(Your assignment): The records sit below. Return every line in them that holds the word "IFCLOCALPLACEMENT".

● ● ● ● ● ● ●

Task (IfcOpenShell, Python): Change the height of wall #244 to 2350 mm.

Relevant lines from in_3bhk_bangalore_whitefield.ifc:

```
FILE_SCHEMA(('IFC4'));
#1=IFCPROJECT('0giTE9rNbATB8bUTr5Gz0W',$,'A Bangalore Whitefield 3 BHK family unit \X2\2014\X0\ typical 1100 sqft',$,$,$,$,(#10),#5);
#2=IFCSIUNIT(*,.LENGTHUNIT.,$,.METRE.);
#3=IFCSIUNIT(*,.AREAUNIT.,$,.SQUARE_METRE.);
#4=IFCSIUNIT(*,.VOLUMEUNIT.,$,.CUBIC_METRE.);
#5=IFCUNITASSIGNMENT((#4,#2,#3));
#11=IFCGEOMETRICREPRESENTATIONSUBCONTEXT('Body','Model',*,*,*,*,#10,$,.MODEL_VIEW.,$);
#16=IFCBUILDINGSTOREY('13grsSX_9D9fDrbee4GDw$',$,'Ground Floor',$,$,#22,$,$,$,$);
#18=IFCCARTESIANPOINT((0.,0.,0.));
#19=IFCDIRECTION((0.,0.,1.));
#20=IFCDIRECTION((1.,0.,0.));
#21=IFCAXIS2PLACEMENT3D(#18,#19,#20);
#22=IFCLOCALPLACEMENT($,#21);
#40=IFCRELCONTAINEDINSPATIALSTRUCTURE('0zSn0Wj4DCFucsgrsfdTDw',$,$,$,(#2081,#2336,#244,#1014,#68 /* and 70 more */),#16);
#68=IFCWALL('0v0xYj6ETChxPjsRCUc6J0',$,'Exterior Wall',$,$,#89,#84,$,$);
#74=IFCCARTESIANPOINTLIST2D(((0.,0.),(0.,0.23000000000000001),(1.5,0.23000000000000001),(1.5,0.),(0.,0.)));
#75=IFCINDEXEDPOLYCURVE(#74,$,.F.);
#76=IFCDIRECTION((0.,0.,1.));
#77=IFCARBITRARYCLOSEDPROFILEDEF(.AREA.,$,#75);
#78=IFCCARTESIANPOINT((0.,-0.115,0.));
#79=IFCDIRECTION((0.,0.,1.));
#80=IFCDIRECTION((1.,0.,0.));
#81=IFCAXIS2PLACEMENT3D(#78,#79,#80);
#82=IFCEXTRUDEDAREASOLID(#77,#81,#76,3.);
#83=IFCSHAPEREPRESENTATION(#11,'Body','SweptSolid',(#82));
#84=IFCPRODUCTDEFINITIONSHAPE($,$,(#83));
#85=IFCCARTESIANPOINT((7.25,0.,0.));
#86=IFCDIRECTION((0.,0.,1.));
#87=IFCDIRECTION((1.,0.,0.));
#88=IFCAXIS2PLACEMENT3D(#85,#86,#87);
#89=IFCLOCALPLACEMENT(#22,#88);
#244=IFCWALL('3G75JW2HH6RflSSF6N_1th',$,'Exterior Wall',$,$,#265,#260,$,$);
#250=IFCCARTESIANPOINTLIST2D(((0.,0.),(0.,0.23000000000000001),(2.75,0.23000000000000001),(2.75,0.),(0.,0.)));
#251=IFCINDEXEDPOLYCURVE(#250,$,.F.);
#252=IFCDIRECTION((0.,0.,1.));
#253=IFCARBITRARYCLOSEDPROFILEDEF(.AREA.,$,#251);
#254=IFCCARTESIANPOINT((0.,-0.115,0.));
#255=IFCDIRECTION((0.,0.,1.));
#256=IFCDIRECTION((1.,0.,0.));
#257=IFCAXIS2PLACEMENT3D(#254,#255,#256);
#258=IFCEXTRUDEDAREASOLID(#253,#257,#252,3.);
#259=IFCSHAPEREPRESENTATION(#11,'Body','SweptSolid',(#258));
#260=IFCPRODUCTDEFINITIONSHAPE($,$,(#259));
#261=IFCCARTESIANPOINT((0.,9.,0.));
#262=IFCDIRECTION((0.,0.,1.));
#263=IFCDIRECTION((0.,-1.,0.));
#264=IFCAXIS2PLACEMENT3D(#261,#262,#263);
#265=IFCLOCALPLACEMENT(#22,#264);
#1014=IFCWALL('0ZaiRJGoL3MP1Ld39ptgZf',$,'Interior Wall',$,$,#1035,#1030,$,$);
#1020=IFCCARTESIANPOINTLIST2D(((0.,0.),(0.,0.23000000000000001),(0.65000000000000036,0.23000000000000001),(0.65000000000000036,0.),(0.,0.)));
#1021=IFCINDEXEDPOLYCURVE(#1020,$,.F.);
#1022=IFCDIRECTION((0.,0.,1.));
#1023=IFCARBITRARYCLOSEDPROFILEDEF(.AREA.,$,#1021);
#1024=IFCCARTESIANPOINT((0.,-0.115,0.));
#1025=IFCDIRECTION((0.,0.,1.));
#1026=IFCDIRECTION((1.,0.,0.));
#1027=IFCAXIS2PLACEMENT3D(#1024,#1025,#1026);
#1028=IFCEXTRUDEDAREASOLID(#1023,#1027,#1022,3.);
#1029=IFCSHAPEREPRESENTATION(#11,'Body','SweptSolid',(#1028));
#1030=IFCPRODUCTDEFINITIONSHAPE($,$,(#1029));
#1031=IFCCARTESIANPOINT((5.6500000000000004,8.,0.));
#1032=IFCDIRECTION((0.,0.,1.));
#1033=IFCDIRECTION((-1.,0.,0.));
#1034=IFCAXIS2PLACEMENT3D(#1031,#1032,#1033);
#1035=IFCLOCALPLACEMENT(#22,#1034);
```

```python
import ifcopenshell
import ifcopenshell.geom
import ifcopenshell.util.representation
import ifcopenshell.util.shape
import ifcopenshell.util.unit

model = ifcopenshell.open("in_3bhk_bangalore_whitefield.ifc")
unit_scale = ifcopenshell.util.unit.calculate_unit_scale(model)
settings = ifcopenshell.geom.settings()


def volume(element):
    """Net volume in cubic metres, openings subtracted."""
    shape = ifcopenshell.geom.create_shape(settings, element)
    return ifcopenshell.util.shape.get_volume(shape.geometry)


wall = model.by_id(244)
before = volume(wall)

body = ifcopenshell.util.representation.get_representation(wall, "Model", "Body")
solid = body.Items[0]
old_height = solid.Depth
solid.Depth = 2.35 / unit_scale
after = volume(wall)

print(f"height {old_height:g} -> {solid.Depth:g}, volume {before:.3f} -> {after:.3f} m3")

model.write("in_3bhk_bangalore_whitefield_updated.ifc")
```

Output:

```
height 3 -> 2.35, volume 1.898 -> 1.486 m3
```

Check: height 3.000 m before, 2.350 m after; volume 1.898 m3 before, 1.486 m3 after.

● ● ● ● ● ● ●

(Written solution):
#22=IFCLOCALPLACEMENT($,#21);
#89=IFCLOCALPLACEMENT(#22,#88);
#265=IFCLOCALPLACEMENT(#22,#264);
#1035=IFCLOCALPLACEMENT(#22,#1034);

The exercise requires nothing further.